Big Stories of 2011 - #3 - ALEC and Private Prison Lobbying Exposed

Over the next several days, Texas Prison Bid'ness will be highlighting the top five private prison stories of 2011, and looking forward to the new year.   Our #3 story is the increased exposure of the American Legislative Exchange Council and the role of private prison lobbyists in influencing legislation.

Earlier this year, The Nation and The Center for Media and Democracy released ALEC Exposed.  ALEC Exposed brought to light the actions of the American Legislative Exchange Council (ALEC), an organization that unites corporations with state legislators to “discuss” public policy and draft model legislation.  One of the most concerning areas of this public/private partnership is in the realm of criminal justice and prisons.  In fact, criminal injustice may be a more appropriate phrase.  Thanks to ALEC, the for-profit prison industry has a lot to be thankful for during this holiday season.

As The Nation reported, “ALEC helped pioneer some of the toughest sentencing laws on the books today, like mandatory minimums for non-violent drug offenders, ‘three strikes’ laws, and ‘truth in sentencing’ laws.”  According to the proponents, these laws are designed to reduce crime.  In reality, as California saw first hand, instead of reducing recidivism these laws lead to severe overcrowding.  In the end, public safety is undermined (at the expense of taxpayers) while the for-profit prison industry makes out like a bandit.  Corrections Corporation of America (CCA), the largest private prison company, played a lead role on the ALEC task force developing some of this legislation.  NPR reported last year that through its membership in ALEC, CCA was actually able to help draft model anti-immigrant legislation like Arizona's noxious SB 1070.   

Unfortunately, the negative influence of the for-profit prison industry is not limited to ALEC.  As the ACLU reported, CCA and The Geo Group, Inc. have engaged in a multi-state lobbying effort to fight smart on crime reforms.  These two corporations hired 271 lobbyists in over 32 states between 2003-2011.  Between 1999 and 2009, CCA alone spent over $18 million on lobbying, just at the federal level.  To understand their need for this army of lobbyists you do not need to read any further than Geo’s Securities and Exchange Commission filings (CCA’s is similar):

“Our growth depends on our ability to secure contracts to develop and manage new correctional, detention and mental health facilities, the demand for which is outside our control …. [A]ny changes with respect to the decriminalization of drugs and controlled substances could affect the number of persons arrested, convicted, sentenced and incarcerated, thereby potentially reducing demand for correctional facilities to house them.
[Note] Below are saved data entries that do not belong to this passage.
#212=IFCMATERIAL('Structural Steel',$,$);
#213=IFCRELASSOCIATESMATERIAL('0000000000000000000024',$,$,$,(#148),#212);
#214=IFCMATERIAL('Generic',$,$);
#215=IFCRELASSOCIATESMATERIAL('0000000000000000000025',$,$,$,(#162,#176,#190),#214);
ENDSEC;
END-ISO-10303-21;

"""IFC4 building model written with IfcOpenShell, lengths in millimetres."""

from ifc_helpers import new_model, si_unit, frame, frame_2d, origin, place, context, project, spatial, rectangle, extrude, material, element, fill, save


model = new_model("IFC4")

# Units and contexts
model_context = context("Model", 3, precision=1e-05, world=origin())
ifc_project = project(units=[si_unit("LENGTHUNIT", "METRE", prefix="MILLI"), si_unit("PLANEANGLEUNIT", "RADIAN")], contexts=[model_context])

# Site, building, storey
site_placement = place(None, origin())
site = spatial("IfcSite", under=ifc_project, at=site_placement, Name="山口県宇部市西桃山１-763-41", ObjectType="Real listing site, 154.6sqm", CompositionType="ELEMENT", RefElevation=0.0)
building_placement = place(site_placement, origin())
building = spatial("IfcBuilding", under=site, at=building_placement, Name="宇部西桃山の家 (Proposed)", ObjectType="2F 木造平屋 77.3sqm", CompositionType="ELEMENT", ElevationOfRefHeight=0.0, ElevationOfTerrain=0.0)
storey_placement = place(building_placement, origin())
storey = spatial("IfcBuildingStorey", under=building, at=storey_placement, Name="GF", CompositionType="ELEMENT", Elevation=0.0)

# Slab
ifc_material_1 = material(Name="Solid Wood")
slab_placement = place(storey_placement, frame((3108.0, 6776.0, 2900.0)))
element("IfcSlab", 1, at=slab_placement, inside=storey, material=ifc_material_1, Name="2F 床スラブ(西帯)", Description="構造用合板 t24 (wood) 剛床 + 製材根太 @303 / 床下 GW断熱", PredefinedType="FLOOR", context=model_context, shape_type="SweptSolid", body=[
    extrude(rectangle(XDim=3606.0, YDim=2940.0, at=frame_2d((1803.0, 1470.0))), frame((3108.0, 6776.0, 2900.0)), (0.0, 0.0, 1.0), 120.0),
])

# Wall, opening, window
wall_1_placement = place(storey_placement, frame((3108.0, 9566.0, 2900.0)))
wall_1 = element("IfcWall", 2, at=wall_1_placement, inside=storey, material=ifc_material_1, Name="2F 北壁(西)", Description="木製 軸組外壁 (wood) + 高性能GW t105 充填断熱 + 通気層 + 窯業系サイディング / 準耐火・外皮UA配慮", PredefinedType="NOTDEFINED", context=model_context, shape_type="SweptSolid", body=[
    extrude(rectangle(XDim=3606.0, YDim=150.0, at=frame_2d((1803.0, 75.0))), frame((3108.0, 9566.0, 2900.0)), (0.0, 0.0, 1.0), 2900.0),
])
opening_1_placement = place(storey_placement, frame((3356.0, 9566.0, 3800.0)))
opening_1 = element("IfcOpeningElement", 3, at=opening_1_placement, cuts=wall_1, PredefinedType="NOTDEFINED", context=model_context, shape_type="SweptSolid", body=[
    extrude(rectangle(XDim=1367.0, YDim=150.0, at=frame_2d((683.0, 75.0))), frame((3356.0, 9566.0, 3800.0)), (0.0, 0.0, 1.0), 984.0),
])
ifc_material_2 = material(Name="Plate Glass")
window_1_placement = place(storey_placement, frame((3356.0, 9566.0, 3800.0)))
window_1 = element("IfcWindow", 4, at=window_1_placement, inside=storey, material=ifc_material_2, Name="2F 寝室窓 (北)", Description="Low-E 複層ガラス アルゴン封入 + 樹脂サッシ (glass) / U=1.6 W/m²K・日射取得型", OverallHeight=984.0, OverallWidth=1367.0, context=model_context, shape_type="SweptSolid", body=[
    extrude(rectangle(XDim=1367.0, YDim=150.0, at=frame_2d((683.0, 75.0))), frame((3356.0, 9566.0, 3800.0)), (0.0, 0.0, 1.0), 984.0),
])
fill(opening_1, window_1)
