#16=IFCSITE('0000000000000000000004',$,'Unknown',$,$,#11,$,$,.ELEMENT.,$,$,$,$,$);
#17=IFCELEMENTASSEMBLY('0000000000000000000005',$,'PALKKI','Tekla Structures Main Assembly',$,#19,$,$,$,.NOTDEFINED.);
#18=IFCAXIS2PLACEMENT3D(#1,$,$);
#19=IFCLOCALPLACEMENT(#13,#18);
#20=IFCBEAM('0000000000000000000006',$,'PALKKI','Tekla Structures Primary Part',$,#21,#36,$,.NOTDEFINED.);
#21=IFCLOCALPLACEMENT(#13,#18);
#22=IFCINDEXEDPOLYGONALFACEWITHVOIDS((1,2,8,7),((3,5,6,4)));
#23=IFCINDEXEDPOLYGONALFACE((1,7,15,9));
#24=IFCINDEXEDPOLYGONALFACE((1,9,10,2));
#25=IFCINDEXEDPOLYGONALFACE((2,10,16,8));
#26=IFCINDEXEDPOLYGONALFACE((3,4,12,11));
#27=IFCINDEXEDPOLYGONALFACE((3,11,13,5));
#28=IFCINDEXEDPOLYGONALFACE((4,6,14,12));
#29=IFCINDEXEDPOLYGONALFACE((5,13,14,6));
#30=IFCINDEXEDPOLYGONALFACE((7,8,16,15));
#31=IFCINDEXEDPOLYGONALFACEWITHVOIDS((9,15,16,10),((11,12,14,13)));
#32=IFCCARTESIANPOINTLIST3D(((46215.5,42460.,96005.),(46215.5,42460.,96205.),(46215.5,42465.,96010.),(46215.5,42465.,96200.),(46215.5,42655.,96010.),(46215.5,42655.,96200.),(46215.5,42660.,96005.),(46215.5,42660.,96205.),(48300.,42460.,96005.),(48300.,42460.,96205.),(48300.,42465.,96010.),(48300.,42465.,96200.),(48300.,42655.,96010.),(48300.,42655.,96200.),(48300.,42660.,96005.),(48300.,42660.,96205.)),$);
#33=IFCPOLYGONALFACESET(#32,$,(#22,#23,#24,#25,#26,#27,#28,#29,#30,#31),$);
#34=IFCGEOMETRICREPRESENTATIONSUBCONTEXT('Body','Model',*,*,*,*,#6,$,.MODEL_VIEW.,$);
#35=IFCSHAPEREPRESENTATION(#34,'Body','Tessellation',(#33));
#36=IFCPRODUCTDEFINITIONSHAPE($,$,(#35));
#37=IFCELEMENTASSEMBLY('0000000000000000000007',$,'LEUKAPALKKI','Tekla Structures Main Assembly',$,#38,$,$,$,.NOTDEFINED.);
Similarly, reductions in crime rates could lead to reductions in arrests, convictions and sentences requiring incarceration at correctional facilities. Immigration reform laws which are currently a focus for legislators and politicians at the federal, state and local level also could materially adversely impact us.”

 The U.S. has the highest rate of imprisonment in the world, and the private prison industry clearly wants to make sure it stays that way. While taxpayer and civil rights advocates have been working to reform archaic and ineffective criminal justice laws, working to ensure that our laws reflect current research on effective ways to reduce crime and protect human rights, for-profit prison corporations are headed in the opposite direction.  To these corporations, societal impact and public safety don’t matter.  The only thing that is relevant is maximizing the bottom line.